Your objective - Retype only the lines at the head of the records, first through the one with "#6=IFCUNITASSIGNMENT((#4,#5));", exactly as written.

+++

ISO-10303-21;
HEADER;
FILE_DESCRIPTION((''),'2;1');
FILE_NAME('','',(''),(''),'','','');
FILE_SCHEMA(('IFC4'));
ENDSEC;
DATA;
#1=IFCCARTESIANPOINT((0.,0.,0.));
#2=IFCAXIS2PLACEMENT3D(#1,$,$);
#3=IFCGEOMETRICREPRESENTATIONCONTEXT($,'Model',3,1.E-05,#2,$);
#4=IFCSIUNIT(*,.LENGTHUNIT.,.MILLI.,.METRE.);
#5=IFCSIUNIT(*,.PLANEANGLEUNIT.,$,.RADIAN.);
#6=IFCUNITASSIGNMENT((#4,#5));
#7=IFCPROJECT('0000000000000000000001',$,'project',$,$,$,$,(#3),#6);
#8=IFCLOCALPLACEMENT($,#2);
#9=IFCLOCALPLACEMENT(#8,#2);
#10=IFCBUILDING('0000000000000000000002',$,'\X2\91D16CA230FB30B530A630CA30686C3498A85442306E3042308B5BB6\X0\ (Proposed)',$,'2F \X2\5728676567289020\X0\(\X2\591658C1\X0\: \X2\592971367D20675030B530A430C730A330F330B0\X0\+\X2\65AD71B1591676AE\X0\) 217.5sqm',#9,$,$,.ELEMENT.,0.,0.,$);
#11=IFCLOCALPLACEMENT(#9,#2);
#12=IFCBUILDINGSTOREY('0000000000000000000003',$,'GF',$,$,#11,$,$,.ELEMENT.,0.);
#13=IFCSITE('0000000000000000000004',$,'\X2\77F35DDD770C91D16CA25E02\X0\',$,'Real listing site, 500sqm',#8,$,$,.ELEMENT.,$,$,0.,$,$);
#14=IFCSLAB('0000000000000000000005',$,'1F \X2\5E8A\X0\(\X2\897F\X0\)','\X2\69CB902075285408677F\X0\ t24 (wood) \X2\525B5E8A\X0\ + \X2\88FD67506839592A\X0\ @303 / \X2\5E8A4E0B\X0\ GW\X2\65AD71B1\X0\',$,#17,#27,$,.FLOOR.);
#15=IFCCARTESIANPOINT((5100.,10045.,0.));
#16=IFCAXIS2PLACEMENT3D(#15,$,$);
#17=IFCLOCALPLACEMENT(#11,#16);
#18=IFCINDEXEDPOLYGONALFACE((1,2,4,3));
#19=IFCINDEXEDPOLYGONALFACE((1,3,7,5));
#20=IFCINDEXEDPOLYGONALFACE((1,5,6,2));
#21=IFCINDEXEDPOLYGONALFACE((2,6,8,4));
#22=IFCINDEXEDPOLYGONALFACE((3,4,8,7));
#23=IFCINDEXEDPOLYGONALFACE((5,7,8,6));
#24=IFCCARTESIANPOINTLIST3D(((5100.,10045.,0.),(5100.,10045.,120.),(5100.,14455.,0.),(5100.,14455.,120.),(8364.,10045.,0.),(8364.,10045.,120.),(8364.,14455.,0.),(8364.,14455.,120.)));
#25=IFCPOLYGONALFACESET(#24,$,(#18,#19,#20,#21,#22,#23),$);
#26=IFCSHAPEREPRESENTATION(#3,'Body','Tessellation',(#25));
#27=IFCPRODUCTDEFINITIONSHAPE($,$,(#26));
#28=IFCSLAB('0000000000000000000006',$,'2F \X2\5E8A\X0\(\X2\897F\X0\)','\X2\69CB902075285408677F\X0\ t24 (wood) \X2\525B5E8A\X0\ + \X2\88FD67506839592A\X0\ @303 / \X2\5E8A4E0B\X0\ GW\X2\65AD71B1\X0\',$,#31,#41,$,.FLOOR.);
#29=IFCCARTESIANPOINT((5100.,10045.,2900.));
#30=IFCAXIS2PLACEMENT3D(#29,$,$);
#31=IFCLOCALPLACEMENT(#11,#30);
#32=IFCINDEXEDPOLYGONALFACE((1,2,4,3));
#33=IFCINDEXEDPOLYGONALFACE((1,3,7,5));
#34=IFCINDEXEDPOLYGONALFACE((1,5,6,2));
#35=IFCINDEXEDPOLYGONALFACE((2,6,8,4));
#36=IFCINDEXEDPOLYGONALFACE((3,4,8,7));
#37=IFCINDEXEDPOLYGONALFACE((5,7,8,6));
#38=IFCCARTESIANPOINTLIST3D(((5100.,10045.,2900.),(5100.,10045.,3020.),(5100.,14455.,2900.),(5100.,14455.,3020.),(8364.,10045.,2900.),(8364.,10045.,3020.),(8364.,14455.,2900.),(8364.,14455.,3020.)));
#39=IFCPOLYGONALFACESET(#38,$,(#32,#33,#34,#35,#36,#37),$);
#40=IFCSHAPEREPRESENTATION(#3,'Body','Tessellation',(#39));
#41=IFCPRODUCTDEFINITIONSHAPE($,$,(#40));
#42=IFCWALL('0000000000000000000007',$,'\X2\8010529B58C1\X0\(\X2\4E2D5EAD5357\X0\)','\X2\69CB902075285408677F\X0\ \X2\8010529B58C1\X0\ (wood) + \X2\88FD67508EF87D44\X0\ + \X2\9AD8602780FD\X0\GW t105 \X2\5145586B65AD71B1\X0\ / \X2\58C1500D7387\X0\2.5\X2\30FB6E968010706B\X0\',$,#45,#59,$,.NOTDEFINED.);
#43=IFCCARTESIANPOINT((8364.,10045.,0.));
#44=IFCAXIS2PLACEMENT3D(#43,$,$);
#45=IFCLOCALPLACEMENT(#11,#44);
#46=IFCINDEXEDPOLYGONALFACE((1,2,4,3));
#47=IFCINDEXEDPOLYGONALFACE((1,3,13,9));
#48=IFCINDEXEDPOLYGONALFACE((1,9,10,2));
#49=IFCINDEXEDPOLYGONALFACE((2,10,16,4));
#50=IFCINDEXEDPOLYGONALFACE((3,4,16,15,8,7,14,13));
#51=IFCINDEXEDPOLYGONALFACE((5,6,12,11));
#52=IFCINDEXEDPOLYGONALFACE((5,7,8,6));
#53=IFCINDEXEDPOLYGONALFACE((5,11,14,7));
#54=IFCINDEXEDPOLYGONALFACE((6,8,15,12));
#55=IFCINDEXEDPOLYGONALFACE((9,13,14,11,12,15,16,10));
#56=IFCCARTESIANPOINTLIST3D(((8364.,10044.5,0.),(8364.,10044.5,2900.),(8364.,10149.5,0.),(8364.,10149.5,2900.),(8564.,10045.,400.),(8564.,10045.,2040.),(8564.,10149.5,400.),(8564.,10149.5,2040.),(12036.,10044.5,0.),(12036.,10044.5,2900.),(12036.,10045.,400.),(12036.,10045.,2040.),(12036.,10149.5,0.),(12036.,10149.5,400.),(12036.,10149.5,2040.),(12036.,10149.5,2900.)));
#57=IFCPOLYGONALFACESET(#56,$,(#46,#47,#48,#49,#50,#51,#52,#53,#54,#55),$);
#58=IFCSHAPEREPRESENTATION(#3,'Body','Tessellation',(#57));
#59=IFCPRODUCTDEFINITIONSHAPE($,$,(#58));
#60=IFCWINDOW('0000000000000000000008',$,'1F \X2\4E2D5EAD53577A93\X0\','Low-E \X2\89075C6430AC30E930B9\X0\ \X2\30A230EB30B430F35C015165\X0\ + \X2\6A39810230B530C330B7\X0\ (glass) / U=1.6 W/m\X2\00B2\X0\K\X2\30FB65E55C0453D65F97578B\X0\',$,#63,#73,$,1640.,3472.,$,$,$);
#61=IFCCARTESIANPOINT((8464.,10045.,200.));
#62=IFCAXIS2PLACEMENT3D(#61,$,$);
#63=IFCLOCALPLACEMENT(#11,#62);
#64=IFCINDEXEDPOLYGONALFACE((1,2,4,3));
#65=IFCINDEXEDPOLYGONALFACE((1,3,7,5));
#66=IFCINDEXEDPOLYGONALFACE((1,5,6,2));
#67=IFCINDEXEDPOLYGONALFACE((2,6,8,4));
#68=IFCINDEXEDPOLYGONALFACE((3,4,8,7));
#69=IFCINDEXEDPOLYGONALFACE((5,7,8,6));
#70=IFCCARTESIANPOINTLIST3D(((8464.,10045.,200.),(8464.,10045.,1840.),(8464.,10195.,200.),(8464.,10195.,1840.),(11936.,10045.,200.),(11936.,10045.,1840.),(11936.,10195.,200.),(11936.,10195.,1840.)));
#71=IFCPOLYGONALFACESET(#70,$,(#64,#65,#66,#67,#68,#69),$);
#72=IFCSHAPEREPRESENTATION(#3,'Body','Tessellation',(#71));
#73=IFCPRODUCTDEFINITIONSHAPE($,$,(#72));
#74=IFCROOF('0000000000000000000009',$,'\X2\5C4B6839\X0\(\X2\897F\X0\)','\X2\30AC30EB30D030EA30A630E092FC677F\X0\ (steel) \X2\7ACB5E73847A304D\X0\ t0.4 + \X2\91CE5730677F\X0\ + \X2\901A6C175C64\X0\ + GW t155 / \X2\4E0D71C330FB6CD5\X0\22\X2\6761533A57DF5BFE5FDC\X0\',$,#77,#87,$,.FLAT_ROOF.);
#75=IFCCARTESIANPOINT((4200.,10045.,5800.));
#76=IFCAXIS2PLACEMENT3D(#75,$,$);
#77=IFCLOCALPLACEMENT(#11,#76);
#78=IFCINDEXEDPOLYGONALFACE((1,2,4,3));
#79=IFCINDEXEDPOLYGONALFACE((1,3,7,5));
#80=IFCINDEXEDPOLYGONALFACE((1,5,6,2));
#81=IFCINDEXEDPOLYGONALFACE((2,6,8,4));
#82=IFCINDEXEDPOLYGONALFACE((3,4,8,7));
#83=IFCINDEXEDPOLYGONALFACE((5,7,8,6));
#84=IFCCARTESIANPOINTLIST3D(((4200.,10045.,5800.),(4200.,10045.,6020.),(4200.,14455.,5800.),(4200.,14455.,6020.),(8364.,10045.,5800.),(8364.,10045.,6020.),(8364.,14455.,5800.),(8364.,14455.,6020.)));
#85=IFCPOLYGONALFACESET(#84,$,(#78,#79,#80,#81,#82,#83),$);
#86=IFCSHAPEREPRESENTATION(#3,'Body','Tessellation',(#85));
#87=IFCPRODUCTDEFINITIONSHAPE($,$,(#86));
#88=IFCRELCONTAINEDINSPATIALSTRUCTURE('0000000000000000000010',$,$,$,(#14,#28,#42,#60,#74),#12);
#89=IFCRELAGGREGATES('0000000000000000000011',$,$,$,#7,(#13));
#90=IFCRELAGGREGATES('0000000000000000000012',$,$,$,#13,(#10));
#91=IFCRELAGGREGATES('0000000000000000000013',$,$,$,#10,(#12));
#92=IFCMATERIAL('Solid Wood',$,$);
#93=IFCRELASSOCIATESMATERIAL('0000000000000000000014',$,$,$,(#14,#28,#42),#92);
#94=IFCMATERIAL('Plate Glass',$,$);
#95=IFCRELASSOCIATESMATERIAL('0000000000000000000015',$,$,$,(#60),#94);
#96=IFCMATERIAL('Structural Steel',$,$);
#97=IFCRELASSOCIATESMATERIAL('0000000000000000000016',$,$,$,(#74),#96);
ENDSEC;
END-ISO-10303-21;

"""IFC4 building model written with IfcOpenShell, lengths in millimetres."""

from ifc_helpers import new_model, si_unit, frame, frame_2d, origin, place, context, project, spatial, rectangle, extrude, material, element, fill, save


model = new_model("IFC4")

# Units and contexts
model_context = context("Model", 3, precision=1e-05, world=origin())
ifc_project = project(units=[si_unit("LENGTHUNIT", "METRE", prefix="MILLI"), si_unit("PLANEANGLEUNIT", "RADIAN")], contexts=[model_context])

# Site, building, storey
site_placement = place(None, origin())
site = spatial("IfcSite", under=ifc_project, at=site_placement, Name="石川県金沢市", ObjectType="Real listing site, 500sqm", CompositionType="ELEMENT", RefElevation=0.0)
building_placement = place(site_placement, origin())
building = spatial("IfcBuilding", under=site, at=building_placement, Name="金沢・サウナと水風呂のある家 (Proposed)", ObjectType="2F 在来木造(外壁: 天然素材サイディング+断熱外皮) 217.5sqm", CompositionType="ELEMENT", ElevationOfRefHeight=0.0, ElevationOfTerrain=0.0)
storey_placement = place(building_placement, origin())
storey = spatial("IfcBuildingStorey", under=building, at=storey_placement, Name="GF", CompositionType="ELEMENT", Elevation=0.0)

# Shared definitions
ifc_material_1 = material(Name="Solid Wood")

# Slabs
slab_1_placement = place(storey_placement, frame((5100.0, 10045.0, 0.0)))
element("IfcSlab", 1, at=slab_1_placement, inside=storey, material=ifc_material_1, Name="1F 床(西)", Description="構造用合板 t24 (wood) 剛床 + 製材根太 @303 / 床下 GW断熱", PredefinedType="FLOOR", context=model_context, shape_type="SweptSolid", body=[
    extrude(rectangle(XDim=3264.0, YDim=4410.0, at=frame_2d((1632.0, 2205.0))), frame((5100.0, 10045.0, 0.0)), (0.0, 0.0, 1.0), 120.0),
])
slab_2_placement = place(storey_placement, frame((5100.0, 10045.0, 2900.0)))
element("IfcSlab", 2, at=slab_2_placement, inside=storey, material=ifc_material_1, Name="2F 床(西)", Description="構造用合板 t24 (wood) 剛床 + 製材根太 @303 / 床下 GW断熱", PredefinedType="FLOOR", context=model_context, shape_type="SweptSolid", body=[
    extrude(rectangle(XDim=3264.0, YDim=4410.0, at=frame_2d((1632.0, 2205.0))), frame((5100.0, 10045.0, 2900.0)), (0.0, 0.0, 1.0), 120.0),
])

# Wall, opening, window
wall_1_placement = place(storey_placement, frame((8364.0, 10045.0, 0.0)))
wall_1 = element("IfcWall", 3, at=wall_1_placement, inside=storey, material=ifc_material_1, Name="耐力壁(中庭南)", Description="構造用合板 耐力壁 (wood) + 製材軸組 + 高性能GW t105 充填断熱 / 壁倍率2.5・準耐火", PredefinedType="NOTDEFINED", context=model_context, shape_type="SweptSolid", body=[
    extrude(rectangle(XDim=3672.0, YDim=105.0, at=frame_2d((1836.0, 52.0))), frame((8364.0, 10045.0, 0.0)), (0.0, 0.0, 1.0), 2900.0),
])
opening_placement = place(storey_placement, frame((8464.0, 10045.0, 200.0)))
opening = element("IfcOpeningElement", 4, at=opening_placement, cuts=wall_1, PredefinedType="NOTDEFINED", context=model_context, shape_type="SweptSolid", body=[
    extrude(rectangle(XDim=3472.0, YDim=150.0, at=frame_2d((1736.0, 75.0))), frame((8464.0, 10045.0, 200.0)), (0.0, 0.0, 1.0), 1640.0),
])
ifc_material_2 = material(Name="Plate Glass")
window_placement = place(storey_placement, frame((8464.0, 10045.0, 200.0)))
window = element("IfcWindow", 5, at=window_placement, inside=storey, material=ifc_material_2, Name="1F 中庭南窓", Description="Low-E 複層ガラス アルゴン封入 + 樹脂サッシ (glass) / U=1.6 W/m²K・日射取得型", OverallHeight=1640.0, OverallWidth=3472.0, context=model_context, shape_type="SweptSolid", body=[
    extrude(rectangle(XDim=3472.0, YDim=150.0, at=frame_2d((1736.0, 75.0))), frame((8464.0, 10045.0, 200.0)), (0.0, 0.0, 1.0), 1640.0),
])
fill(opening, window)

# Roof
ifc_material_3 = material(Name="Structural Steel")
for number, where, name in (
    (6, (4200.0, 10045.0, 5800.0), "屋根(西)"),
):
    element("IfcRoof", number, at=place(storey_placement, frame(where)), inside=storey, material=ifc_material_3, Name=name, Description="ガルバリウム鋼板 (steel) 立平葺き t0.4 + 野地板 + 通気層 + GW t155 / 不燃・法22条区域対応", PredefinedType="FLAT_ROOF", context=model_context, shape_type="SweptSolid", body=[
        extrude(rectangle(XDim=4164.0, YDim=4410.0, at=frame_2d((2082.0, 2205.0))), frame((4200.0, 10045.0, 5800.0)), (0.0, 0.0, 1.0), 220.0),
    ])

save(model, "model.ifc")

+++

Exercise result -
ISO-10303-21;
HEADER;
FILE_DESCRIPTION((''),'2;1');
FILE_NAME('','',(''),(''),'','','');
FILE_SCHEMA(('IFC4'));
ENDSEC;
DATA;
#1=IFCCARTESIANPOINT((0.,0.,0.));
#2=IFCAXIS2PLACEMENT3D(#1,$,$);
#3=IFCGEOMETRICREPRESENTATIONCONTEXT($,'Model',3,1.E-05,#2,$);
#4=IFCSIUNIT(*,.LENGTHUNIT.,.MILLI.,.METRE.);
#5=IFCSIUNIT(*,.PLANEANGLEUNIT.,$,.RADIAN.);
#6=IFCUNITASSIGNMENT((#4,#5));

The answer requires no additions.